• [EXERCISE]: When a line of the listing below has the string "Luminaire" in it, copy that line.

• [MATERIAL FOR THE TASK]:
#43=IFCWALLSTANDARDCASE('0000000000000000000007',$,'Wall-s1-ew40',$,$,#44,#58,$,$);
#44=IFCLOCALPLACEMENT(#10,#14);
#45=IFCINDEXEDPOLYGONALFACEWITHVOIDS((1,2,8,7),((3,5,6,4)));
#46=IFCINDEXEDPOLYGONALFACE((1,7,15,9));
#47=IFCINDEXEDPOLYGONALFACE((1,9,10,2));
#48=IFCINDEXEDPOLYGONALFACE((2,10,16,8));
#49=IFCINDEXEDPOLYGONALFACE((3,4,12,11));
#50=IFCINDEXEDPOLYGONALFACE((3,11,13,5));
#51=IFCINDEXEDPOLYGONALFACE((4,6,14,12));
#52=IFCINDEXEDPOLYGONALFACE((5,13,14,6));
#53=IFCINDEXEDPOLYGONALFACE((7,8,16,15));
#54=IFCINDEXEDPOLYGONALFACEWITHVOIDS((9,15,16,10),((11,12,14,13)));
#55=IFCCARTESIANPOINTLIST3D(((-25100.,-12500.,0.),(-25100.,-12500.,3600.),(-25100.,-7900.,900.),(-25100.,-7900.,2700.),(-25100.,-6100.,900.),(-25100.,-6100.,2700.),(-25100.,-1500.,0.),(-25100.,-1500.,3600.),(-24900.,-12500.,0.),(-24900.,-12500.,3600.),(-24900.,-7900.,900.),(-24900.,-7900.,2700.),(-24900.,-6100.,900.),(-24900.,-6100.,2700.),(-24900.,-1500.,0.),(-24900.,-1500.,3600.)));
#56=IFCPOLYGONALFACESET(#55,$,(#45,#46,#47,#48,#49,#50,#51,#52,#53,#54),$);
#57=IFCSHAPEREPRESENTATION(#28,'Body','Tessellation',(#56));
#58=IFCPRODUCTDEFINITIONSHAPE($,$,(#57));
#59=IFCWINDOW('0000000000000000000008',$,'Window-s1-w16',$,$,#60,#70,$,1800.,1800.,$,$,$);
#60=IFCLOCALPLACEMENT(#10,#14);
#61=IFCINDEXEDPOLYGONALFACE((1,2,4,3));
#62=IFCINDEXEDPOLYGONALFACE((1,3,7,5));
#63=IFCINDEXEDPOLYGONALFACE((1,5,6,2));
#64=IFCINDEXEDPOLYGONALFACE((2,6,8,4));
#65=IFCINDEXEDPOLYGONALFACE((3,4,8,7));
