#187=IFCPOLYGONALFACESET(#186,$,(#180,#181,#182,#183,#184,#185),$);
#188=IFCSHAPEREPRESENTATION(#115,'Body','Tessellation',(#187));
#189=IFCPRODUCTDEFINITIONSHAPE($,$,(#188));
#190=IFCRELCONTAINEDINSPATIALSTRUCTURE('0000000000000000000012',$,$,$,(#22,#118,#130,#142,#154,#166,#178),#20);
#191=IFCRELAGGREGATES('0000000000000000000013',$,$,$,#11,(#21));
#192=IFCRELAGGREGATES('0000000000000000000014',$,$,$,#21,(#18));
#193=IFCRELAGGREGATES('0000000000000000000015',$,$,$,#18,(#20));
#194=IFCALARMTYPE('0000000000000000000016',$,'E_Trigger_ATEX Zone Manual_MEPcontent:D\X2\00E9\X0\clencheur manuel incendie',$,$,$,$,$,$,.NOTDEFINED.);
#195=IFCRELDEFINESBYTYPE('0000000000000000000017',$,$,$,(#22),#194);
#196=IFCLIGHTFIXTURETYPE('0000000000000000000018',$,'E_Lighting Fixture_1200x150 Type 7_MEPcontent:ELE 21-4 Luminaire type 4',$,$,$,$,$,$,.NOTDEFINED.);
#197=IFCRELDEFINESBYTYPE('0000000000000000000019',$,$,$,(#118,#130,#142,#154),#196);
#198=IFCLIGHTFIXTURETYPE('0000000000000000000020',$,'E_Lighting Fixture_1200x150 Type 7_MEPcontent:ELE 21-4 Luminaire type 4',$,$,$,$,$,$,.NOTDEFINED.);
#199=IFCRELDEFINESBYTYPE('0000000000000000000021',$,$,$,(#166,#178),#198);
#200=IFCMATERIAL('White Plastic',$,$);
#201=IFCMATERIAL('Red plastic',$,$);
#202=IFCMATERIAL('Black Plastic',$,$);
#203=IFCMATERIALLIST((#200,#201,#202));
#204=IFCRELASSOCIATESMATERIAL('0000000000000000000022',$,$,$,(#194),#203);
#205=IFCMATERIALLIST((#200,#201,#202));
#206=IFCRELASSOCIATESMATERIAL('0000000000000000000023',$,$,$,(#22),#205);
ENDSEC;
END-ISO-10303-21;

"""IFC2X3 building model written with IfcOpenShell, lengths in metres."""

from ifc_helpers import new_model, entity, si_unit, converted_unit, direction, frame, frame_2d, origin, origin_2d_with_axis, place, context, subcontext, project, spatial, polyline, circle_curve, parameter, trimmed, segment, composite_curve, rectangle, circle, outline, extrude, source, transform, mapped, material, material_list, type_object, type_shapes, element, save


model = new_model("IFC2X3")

• [WORKED SOLUTION]:
#196=IFCLIGHTFIXTURETYPE('0000000000000000000018',$,'E_Lighting Fixture_1200x150 Type 7_MEPcontent:ELE 21-4 Luminaire type 4',$,$,$,$,$,$,.NOTDEFINED.);
#198=IFCLIGHTFIXTURETYPE('0000000000000000000020',$,'E_Lighting Fixture_1200x150 Type 7_MEPcontent:ELE 21-4 Luminaire type 4',$,$,$,$,$,$,.NOTDEFINED.);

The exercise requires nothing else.